Records supplied:

_ _ _ _ _

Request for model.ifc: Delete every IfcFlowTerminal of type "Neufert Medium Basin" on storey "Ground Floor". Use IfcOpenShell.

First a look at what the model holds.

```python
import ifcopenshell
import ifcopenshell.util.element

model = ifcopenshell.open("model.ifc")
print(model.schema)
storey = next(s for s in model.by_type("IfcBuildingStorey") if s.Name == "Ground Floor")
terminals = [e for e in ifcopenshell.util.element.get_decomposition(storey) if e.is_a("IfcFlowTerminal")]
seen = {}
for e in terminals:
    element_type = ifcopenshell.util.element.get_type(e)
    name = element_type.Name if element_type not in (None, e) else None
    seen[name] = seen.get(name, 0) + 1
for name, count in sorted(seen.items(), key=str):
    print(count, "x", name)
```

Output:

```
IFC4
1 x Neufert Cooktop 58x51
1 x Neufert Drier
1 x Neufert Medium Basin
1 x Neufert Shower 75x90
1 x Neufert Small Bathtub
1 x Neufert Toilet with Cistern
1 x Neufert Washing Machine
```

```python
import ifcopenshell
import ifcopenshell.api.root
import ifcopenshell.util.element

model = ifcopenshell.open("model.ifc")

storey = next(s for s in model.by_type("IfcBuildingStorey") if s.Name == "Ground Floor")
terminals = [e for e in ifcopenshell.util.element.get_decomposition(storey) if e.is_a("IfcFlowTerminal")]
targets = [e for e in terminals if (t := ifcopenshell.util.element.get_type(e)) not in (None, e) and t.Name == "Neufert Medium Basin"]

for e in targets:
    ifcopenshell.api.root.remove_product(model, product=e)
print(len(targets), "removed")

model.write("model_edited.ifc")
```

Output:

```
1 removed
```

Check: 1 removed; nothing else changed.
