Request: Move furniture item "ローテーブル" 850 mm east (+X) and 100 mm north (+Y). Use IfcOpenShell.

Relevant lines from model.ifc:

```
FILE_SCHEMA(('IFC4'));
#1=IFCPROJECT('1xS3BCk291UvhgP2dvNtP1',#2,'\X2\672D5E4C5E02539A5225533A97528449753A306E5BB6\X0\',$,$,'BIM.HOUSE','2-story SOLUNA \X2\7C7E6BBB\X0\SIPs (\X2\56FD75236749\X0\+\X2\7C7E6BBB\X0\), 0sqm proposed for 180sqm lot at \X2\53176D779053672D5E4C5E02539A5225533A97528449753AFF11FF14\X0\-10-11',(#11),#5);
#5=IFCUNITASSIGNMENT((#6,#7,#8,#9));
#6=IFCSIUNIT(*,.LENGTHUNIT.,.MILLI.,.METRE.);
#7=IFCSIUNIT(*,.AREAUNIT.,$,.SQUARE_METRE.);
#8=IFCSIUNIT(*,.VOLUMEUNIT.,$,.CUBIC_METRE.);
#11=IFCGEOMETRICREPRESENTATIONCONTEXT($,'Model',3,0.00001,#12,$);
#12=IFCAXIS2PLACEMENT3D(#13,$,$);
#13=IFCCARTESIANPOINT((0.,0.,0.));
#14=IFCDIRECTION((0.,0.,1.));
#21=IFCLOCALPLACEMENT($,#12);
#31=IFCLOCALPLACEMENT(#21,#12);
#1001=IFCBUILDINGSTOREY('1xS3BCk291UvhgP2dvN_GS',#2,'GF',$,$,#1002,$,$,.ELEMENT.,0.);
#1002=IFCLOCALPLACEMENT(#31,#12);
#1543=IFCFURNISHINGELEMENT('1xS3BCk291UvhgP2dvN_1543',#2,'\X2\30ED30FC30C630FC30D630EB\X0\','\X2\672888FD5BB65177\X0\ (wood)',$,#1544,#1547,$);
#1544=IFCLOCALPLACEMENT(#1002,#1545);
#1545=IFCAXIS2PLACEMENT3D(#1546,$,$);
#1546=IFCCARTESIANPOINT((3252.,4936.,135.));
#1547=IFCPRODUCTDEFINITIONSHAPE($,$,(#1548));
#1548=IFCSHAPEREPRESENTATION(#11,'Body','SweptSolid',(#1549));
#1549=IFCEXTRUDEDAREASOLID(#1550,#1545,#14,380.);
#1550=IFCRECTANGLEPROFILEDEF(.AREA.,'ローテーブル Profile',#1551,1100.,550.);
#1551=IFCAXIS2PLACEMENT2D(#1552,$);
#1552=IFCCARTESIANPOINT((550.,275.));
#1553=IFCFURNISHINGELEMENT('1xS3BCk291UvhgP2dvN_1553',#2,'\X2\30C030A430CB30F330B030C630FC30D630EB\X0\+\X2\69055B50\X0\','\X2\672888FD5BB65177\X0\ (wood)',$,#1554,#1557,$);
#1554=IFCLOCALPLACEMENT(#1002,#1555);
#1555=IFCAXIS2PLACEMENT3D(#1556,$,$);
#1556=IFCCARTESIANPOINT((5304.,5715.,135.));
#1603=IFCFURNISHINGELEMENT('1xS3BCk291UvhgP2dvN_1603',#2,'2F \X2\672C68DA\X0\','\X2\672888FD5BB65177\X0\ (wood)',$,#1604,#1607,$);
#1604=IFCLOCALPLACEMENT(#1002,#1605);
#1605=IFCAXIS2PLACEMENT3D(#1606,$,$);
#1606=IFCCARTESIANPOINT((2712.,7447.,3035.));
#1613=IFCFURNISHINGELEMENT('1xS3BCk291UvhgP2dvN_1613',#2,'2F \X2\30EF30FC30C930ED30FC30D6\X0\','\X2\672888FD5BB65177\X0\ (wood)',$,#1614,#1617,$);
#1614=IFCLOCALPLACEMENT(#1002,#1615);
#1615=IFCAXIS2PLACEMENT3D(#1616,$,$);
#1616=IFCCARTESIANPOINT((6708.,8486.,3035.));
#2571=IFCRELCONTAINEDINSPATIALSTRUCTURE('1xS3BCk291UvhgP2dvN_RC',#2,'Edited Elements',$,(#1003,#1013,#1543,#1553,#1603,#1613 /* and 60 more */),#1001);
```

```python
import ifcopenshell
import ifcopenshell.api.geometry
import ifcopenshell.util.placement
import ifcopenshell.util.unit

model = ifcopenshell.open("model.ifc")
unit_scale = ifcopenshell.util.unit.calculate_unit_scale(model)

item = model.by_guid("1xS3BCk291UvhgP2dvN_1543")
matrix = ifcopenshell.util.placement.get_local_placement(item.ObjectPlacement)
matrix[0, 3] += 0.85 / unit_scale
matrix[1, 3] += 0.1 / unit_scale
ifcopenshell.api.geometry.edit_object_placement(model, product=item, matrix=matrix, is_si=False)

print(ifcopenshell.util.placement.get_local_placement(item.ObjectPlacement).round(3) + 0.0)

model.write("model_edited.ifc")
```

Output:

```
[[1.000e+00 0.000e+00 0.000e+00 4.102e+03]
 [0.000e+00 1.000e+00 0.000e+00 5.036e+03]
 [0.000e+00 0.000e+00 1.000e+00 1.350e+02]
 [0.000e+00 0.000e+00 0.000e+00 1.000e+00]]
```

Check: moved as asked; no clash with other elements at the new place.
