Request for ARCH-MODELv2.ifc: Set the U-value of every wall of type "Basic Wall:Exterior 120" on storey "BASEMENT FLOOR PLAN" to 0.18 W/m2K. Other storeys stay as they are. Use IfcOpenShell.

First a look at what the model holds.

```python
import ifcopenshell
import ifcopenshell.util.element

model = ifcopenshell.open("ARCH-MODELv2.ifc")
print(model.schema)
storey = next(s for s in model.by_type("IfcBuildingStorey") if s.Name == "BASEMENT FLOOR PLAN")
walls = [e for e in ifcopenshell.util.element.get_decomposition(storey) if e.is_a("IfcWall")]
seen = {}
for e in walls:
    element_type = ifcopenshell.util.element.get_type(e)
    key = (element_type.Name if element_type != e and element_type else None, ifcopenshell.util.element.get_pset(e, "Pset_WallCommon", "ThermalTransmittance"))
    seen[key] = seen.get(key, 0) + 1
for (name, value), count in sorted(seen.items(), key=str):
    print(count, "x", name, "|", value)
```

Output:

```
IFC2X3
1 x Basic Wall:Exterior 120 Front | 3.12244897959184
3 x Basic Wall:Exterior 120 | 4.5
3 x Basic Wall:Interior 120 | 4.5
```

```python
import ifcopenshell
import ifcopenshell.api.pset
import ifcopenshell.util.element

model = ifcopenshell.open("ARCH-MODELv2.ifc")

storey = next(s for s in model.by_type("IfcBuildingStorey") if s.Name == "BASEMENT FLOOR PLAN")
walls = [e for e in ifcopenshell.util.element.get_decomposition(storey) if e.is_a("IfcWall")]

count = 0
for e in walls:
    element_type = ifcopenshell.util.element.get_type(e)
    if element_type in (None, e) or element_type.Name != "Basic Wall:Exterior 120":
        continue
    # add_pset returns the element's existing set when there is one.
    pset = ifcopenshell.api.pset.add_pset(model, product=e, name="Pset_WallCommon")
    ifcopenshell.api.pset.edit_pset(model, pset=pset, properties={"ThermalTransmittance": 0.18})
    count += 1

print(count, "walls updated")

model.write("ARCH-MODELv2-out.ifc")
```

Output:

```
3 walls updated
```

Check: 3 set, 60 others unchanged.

_ _ _ _ _

Assignment:
Where in the records above does the word "IFCCARTESIANPOINT" appear? Copy each line that holds it.

Task response:
#13=IFCCARTESIANPOINT((0.,0.,0.));
#1546=IFCCARTESIANPOINT((3252.,4936.,135.));
#1552=IFCCARTESIANPOINT((550.,275.));
#1556=IFCCARTESIANPOINT((5304.,5715.,135.));
#1606=IFCCARTESIANPOINT((2712.,7447.,3035.));
#1616=IFCCARTESIANPOINT((6708.,8486.,3035.));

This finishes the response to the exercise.